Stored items
== Segment start ==

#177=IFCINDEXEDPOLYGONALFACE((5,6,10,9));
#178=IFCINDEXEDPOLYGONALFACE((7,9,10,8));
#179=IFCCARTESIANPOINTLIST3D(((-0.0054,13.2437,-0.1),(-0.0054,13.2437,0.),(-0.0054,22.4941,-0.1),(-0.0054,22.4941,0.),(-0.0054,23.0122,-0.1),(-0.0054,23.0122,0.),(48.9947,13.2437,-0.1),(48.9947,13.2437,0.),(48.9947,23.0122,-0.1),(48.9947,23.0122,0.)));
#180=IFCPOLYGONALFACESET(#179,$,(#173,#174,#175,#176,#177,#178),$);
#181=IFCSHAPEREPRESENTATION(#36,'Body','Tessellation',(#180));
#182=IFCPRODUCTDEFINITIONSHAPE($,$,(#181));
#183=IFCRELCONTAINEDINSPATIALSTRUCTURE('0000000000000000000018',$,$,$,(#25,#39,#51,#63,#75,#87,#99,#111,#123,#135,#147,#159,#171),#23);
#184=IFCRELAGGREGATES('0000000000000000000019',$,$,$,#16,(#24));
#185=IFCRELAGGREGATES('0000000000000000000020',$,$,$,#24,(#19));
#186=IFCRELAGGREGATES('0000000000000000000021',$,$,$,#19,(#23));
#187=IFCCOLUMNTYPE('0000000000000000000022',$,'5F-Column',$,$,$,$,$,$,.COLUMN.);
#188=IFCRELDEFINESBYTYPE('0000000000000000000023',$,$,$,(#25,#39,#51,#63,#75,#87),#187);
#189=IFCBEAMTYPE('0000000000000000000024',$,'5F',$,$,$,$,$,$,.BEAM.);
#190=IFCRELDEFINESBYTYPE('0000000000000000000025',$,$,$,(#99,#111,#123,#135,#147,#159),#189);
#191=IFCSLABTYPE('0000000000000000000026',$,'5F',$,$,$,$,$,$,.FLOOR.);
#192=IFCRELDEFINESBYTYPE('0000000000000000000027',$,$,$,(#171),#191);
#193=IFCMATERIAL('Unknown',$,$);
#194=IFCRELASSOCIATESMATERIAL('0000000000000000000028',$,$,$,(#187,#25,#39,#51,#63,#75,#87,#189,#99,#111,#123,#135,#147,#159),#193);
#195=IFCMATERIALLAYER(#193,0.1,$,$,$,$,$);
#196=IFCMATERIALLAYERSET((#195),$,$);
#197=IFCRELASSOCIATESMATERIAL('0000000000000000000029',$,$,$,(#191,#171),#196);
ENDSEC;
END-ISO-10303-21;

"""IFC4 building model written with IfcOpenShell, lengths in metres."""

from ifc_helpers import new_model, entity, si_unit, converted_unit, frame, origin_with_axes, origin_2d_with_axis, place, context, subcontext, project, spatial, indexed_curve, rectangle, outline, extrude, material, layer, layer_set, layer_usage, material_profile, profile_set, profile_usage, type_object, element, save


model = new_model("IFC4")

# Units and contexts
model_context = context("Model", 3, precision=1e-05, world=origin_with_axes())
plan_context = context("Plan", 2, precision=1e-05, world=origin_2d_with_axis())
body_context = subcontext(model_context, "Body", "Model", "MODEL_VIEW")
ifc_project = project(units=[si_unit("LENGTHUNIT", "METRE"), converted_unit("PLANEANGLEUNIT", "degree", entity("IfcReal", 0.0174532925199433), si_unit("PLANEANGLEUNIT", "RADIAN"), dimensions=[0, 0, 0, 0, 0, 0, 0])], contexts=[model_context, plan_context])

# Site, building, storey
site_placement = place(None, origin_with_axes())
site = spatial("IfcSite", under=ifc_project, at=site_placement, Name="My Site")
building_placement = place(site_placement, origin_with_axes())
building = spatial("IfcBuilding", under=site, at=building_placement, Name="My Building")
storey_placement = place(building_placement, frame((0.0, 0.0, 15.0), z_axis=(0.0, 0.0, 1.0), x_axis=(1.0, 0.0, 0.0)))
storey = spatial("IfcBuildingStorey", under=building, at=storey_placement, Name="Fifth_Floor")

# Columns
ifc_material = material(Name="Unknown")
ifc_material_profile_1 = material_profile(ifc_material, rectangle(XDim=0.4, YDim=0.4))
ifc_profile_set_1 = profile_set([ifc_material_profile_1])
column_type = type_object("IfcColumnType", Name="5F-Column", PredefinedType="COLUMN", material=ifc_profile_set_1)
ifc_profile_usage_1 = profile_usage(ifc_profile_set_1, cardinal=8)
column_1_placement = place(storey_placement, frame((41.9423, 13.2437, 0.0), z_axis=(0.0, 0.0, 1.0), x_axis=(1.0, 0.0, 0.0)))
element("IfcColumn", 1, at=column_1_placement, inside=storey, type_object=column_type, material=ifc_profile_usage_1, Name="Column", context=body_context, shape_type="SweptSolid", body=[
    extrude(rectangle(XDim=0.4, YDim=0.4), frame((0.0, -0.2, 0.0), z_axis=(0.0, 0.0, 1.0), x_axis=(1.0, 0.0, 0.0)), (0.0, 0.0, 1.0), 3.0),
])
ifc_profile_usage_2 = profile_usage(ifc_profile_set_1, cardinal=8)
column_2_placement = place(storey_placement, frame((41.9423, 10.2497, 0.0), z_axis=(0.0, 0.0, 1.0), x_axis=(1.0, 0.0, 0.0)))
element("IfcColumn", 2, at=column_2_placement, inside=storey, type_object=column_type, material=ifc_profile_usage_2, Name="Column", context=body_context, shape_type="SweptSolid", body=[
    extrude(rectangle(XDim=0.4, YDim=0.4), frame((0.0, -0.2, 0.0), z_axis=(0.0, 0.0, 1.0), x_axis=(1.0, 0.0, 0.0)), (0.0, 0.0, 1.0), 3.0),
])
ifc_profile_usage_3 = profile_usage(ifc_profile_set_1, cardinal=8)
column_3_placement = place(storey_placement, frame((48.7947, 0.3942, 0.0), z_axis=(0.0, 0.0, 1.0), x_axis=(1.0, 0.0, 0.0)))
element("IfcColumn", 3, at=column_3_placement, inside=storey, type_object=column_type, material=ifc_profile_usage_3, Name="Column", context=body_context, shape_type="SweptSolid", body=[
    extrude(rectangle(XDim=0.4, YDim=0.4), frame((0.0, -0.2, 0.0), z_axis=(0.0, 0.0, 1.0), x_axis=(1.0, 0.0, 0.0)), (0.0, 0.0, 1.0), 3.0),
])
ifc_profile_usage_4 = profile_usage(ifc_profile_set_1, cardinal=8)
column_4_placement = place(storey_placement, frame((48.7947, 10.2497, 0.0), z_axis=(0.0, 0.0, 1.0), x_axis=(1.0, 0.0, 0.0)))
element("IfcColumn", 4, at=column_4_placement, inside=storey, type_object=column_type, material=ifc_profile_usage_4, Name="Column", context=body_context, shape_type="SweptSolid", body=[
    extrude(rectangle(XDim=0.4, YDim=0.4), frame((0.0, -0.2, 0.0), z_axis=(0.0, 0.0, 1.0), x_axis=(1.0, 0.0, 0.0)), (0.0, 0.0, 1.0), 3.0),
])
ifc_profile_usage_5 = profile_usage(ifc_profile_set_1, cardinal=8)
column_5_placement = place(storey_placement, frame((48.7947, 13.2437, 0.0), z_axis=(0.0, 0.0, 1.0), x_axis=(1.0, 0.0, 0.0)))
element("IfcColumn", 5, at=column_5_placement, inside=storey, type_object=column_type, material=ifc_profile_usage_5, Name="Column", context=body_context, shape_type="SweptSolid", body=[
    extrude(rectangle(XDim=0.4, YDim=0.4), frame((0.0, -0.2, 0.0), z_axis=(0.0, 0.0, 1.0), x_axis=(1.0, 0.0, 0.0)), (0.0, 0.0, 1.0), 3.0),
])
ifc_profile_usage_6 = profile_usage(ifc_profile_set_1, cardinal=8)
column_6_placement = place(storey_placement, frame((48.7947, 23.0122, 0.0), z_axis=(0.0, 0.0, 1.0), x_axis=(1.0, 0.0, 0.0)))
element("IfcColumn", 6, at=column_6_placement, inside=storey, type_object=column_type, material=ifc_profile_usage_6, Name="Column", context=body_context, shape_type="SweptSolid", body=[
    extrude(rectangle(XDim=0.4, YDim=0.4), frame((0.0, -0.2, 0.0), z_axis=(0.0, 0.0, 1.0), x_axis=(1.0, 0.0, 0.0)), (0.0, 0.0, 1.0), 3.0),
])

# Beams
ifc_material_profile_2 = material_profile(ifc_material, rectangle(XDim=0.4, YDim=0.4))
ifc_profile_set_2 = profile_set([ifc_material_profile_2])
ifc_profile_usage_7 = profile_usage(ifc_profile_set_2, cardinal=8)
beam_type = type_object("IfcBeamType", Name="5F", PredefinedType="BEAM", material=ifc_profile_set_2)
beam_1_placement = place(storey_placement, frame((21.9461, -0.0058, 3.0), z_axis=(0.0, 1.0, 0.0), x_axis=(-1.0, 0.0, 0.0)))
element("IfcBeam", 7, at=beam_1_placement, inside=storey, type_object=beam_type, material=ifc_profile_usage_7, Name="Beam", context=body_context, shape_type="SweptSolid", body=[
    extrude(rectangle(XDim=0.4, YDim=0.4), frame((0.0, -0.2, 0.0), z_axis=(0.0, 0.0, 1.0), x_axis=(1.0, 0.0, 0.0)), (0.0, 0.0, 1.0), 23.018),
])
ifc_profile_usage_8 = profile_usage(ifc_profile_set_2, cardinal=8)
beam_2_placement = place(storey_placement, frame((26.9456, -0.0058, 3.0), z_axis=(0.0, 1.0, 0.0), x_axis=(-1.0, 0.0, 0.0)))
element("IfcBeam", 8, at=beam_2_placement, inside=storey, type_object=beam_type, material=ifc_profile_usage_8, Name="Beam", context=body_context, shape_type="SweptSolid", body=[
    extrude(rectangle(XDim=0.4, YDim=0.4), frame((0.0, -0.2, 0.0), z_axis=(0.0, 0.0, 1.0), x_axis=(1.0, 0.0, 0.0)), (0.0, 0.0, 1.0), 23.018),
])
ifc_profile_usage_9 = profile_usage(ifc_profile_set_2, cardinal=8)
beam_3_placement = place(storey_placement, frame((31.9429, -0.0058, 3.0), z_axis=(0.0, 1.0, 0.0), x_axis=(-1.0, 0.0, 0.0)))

== Segment end ==

> **Problem**
Give back exactly the lines above starting at the line where "#193=IFCMATERIAL('Unknown',$,$);" appears and ending at the line where "building model written" appears, both included, with no other lines.

> **Result**
#193=IFCMATERIAL('Unknown',$,$);
#194=IFCRELASSOCIATESMATERIAL('0000000000000000000028',$,$,$,(#187,#25,#39,#51,#63,#75,#87,#189,#99,#111,#123,#135,#147,#159),#193);
#195=IFCMATERIALLAYER(#193,0.1,$,$,$,$,$);
#196=IFCMATERIALLAYERSET((#195),$,$);
#197=IFCRELASSOCIATESMATERIAL('0000000000000000000029',$,$,$,(#191,#171),#196);
ENDSEC;
END-ISO-10303-21;

"""IFC4 building model written with IfcOpenShell, lengths in metres."""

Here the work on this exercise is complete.